ただ、逆に少しホッともしていた。実はこの明彦、極端な暴力恐怖症で、ガラの悪そうな人は苦手だった。美咲は先ほどにも紹介したようにスケ番ルックである。むしろからまれなくて良かったという気持ちもあったのだ。
美咲はそれ以上明彦に関心を持つ風でもなく、授業中にもかかわらず居眠りを始めた。さっき遅刻で起こられたばかりなのに…明彦は驚きを通り越してあきれてしまった。

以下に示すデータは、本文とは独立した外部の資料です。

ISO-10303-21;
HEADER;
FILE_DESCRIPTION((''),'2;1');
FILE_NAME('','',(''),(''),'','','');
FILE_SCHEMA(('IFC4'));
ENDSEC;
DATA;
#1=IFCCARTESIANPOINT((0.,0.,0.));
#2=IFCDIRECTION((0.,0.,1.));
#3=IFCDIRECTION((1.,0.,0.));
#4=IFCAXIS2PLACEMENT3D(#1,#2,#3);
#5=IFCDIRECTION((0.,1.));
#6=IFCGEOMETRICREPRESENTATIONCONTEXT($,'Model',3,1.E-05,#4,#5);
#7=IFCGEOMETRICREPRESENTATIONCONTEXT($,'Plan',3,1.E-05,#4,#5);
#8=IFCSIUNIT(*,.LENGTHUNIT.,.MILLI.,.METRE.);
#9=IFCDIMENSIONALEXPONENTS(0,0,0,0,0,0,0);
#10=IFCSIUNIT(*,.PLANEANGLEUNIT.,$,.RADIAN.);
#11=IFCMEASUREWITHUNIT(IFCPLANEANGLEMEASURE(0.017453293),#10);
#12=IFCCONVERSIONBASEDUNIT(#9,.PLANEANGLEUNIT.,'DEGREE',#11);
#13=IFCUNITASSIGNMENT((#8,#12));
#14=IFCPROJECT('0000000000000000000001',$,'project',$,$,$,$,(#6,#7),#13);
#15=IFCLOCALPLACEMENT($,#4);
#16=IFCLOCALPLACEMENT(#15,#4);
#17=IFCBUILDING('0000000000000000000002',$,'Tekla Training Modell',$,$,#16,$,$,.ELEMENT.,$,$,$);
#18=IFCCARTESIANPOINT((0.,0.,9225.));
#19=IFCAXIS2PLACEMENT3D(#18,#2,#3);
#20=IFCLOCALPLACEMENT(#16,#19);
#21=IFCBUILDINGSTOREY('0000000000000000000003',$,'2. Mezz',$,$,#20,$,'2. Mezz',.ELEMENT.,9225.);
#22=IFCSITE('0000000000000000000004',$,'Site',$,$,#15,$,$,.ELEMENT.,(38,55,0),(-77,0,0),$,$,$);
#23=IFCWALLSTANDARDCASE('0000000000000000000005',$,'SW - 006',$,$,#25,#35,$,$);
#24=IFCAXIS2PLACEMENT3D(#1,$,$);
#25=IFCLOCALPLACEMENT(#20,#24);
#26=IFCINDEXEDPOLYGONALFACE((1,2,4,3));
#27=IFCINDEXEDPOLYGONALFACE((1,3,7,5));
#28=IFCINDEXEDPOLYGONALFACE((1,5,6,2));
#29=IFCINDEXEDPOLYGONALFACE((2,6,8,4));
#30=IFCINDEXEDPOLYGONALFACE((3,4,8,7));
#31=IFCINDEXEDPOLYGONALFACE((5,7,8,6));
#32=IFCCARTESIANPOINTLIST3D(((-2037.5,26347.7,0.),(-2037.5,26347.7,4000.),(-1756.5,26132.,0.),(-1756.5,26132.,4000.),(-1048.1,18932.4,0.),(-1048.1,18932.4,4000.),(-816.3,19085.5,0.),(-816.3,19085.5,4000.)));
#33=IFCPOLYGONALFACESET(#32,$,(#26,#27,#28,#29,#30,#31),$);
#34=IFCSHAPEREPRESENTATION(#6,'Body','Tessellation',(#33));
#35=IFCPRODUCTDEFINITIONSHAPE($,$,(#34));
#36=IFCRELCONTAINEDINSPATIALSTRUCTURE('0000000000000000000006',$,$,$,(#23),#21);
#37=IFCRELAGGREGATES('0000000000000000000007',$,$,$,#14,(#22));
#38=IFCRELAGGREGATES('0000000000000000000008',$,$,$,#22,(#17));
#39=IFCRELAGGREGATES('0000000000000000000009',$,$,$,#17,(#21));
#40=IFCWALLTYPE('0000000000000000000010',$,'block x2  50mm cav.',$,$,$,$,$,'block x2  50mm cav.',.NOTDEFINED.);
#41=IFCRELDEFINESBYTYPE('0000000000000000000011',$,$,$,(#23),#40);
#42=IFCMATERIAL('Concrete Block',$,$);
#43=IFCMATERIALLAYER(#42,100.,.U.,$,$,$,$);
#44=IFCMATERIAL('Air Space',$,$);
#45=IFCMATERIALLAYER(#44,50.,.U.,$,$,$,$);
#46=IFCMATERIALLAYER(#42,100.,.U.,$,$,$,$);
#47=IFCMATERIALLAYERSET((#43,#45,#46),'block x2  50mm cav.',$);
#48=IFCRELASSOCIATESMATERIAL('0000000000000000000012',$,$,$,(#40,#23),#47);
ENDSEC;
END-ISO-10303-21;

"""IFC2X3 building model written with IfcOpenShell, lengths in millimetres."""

from ifc_helpers import new_model, entity, si_unit, converted_unit, direction, frame, origin_with_axes, place, context, project, spatial, polyline, outline, extrude, material, layer, layer_set, layer_usage, type_object, element, save


model = new_model("IFC2X3")

# Units and contexts
model_context = context("Model", 3, precision=1e-05, world=origin_with_axes(), true_north=direction((0.0, 1.0)))
plan_context = context("Plan", 3, precision=1e-05, world=origin_with_axes(), true_north=direction((0.0, 1.0)))
ifc_project = project(units=[si_unit("LENGTHUNIT", "METRE", prefix="MILLI"), converted_unit("PLANEANGLEUNIT", "DEGREE", entity("IfcPlaneAngleMeasure", 0.017453293), si_unit("PLANEANGLEUNIT", "RADIAN"), dimensions=[0, 0, 0, 0, 0, 0, 0])], contexts=[model_context, plan_context])

# Site, building, storey
site_placement = place(None, origin_with_axes())
site = spatial("IfcSite", under=ifc_project, at=site_placement, Name="Site", CompositionType="ELEMENT", RefLatitude=(38, 55, 0), RefLongitude=(-77, 0, 0))
building_placement = place(site_placement, origin_with_axes())
building = spatial("IfcBuilding", under=site, at=building_placement, Name="Tekla Training Modell", CompositionType="ELEMENT")
storey_placement = place(building_placement, frame((0.0, 0.0, 9225.0), z_axis=(0.0, 0.0, 1.0), x_axis=(1.0, 0.0, 0.0)))
storey = spatial("IfcBuildingStorey", under=building, at=storey_placement, Name="2. Mezz", LongName="2. Mezz", CompositionType="ELEMENT", Elevation=9225.0)

# Wall
ifc_material_1 = material(Name="Concrete Block")
ifc_layer_1 = layer(ifc_material_1, 100.0, ventilated="UNKNOWN")
ifc_material_2 = material(Name="Air Space")
ifc_layer_2 = layer(ifc_material_2, 50.0, ventilated="UNKNOWN")
ifc_layer_3 = layer(ifc_material_1, 100.0, ventilated="UNKNOWN")
ifc_layer_set_1 = layer_set([ifc_layer_1, ifc_layer_2, ifc_layer_3], Name="block x2  50mm cav.")
wall_type = type_object("IfcWallType", Name="block x2  50mm cav.", ElementType="block x2  50mm cav.", PredefinedType="NOTDEFINED", material=ifc_layer_set_1)
ifc_layer_usage_1 = layer_usage(ifc_layer_set_1, "AXIS2", "NEGATIVE", 0.0)
wall_1_placement = place(storey_placement, frame((-1756.5, 26132.0, 0.0), z_axis=(0.0, 0.0, 1.0), x_axis=(0.132257, -0.991215, 0.0)))
element("IfcWallStandardCase", 1, at=wall_1_placement, inside=storey, type_object=wall_type, material=ifc_layer_usage_1, Name="SW - 006", context=model_context, shape_type="SweptSolid", body=[
    extrude(outline(polyline([(-251.0, -250.0), (7230.0, -250.0), (7109.0, 0.0), (0.0, 0.0), (-251.0, -250.0)])), origin_with_axes(), (0.0, 0.0, 1.0), 4000.0),
])

save(model, "model.ifc")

昼休み、明彦はさっそく友達になったらしい男子生徒と部活について話していた。
「立花君は、何か部に入るのかい?」
「うん、野球部に入ろうと思ってるんだ。」
にわかに、その男子生徒は顔をしかめた。
どうしたの?と明彦が聞こうとするより早く、横の席から美咲が口を挟んできた。
「やめときな。」
静かだが、反論を許さない鋭い口調。
「…なんで?」
恐る恐る聞き返す。
「あんな部に入るなんて時間の無駄だぜ。」
男子生徒も美咲に話を合わせる。
「うん、霧野の言うとおりだ。ウチの野球部は弱いどころか、人数すら足らない。だから、練習試合すら組めないんだよ。」
「ええ!?そ…そうなの!?」
「うん、それよりサッカー部に入りなよ。キミ結構足腰しっかりしてそうだしさ。」
明彦は絶望していた。そのあとの友達の言葉は明彦の耳に入っていなかった。
「そんなぁ……。」
美咲は関係ないと言わんばかりに、また居眠りを始めてしまった。